Evolutionary pressure on the topology of protein interface interaction networks

Abstract

The densely connected structure of protein-protein interaction (PPI) networks reflects the functional need of proteins to cooperate in cellular processes. However, PPI networks do not adequately capture the competition in protein binding. By contrast, the interface interaction network (IIN) studied here resolves the modular character of protein-protein binding and distinguishes between simultaneous and exclusive interactions that underlie both cooperation and competition. We show that the topology of the IIN is under evolutionary pressure, and we connect topological features of the IIN to specific biological functions. To reveal the forces shaping the network topology, we use a sequence-based computational model of interface binding along with network analysis. We find that the more fragmented structure of IINs, in contrast to the dense PPI networks, arises in large part from the competition between specific and nonspecific binding. The need to minimize nonspecific binding favors specific network motifs, including a minimal number of cliques (i.e., fully connected subgraphs) and many disconnected fragments. Validating the model, we find that these network characteristics are closely mirrored in the IIN of clathrin-mediated endocytosis.

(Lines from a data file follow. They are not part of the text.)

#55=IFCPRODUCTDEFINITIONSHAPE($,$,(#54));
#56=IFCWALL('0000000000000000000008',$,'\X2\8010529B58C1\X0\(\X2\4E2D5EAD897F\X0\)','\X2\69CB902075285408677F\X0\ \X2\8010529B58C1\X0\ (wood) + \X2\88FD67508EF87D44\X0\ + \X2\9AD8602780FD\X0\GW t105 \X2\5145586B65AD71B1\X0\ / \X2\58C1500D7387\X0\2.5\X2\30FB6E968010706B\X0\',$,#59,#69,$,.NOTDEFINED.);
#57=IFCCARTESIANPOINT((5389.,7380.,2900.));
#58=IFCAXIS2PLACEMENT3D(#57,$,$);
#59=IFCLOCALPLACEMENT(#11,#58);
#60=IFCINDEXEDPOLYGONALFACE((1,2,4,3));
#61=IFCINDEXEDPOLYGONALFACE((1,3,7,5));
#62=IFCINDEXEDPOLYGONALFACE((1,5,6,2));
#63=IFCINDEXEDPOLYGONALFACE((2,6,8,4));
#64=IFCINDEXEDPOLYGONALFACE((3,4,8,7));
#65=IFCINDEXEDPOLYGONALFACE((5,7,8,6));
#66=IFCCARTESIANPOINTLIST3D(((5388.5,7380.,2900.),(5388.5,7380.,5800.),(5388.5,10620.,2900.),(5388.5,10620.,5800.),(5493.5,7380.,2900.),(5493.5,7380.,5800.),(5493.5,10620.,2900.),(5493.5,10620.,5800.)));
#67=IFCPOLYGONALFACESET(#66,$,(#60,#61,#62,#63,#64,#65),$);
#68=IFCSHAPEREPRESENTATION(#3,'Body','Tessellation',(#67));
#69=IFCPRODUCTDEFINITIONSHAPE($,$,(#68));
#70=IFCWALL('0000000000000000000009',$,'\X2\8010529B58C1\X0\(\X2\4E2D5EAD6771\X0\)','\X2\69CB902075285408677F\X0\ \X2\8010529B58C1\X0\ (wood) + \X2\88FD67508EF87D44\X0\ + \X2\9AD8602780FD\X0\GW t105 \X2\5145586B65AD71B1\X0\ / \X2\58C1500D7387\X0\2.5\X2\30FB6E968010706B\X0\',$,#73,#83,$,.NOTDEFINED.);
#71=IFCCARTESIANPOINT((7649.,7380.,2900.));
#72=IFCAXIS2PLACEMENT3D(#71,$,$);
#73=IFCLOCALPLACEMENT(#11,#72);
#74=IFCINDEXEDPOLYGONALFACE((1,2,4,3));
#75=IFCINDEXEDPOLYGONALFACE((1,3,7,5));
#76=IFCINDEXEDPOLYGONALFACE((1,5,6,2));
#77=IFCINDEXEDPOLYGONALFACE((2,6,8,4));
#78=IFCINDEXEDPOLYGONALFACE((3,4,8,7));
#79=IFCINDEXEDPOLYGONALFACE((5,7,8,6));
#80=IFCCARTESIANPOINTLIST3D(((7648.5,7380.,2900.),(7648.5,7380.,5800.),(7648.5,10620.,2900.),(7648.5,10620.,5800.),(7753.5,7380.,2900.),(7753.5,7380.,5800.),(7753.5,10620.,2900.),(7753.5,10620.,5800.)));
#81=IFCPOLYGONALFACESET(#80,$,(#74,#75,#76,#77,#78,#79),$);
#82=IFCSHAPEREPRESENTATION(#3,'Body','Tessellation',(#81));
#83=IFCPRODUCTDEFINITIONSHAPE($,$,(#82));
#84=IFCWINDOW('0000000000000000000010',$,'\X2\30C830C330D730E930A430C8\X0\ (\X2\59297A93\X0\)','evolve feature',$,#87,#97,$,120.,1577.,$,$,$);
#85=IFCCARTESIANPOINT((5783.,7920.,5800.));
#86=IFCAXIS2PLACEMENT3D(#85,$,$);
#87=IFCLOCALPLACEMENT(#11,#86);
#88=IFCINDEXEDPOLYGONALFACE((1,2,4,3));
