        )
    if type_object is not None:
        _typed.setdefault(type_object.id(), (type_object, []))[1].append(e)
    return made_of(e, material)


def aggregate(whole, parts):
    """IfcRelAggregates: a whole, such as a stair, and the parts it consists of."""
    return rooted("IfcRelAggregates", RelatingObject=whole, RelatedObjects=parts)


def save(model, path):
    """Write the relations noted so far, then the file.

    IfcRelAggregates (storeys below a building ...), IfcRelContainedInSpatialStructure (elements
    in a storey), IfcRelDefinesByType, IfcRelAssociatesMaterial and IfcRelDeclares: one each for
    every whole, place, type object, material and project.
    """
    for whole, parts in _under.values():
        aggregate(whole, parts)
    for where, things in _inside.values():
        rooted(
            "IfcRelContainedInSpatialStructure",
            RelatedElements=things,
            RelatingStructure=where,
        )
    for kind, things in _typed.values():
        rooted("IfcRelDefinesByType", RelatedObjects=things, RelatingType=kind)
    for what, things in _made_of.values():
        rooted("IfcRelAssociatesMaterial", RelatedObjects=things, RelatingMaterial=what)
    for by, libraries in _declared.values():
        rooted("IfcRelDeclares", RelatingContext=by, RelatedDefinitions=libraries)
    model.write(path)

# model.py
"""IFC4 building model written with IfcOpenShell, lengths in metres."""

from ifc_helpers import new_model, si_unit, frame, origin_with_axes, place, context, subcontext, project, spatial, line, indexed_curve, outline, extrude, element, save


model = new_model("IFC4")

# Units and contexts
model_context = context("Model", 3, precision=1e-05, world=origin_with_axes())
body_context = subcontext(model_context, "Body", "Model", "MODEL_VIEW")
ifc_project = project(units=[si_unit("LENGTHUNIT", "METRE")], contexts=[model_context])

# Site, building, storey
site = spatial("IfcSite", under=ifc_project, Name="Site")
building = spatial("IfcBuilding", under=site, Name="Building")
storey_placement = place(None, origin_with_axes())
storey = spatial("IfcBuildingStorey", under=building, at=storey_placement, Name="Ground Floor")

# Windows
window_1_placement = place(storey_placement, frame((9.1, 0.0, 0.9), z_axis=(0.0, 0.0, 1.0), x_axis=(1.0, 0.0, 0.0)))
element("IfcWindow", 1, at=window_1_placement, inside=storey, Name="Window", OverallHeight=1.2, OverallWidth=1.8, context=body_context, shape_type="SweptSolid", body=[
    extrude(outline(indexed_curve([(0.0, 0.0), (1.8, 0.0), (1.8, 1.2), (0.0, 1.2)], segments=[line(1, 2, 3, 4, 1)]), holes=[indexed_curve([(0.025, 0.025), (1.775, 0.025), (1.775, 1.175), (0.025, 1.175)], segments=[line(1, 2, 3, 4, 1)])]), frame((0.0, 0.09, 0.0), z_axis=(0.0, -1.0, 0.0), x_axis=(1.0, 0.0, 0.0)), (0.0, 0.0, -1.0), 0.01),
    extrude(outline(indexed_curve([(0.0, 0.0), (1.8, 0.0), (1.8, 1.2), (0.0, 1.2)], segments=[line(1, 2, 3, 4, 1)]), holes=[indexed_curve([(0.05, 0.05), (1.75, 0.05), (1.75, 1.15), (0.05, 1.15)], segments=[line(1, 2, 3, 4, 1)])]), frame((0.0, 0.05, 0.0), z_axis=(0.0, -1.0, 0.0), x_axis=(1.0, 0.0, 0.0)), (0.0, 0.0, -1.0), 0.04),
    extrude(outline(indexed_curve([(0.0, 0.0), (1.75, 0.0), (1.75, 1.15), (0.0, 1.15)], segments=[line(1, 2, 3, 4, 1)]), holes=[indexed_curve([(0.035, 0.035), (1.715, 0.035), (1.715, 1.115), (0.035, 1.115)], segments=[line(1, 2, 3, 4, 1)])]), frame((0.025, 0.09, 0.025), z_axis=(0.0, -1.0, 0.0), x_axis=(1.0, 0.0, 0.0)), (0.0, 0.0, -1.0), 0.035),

Features unexpected on the basis of our motif analysis are found to indicate either exceptional binding selectivity or important regulatory functions.

Figure 1

Schematic illustrating (left) the binding of three proteins, where matching features indicate binding interfaces, (center) the corresponding interface-interaction network with orange and green indicating shared and non-shared binding interfaces, respectively, and (right) the protein-protein interaction network.

Figure 2

Network evolution and validation. A,B) IINs with a fixed number of M=150 edges and N=90 (top) and 200 interfaces (bottom), degree distributions α=0 (A) and 0.8 (B) before and after network evolution (left and right of arrows, respectively). Green interfaces have a single partner, orange interfaces are shared and have multiple partners, and purple indicates closed triangles in the network. The optimized networks have the same degree distribution but have been evolved to reduce the number of partners each node’s partners have (see Methods). C) IIN of yeast clathrin-mediated endocytosis, closely resembling the optimized, sparse, α=0.8 network in the bottom right corner of panel B). Larger, labeled version shown in Figure S7B. Network images created using Cytoscape.

Figure 3

Properties of IINs. A) Specificity of the interface interaction networks with 150 edges as a function of interface numbers (N), degree distribution (α), and local structure altered by the optimization scheme. Each data point represents an average over 10 networks with error bars indicating the standard deviation. The gray dashed lines correspond to the original, non-optimized networks, with degree distributions varying from α=0 (light gray) to α=0.8 (black). The same symbols are used for the optimized networks shown in solid colored lines. The degree distributions vary from α=0 (light yellow) to α=0.8 (red). The blue hexagram denotes the minimum energy gap (in units of the thermal energy kT) for the endocytic IIN, placed on the x-axis according to its average degree <k>=2.06 (upper x-axis). The black and red hexagrams denote the minimum energy gap for the randomized and optimized versions of the endocytic IIN, preserving its degree distribution including self-loops. B) Corresponding degree distributions for the sparse N=200 interface networks averaged over 50 networks. C) Corresponding degree distributions for the dense N=90 interface networks.

Figure 4

Yeast clathrin-mediated endocytosis interaction sub-network. A) Protein-protein interaction network for the 56 proteins selected as part of the endocytic functional module showing all the 186 edges where interfaces were successfully assigned. B) The same protein interaction network as in A) with interfaces assigned to each protein interaction. The IIN has 206 edges because some of the protein interactions have two modes of binding to one another. Green interfaces have a single partner and orange interfaces are shared with multiple partners. The interface numbers range from one up to eleven (for LAS17). The interface interaction network of the endocytic network, shown separated from the proteins in Figure 1C, emphasizes the disconnected topology of the IIN.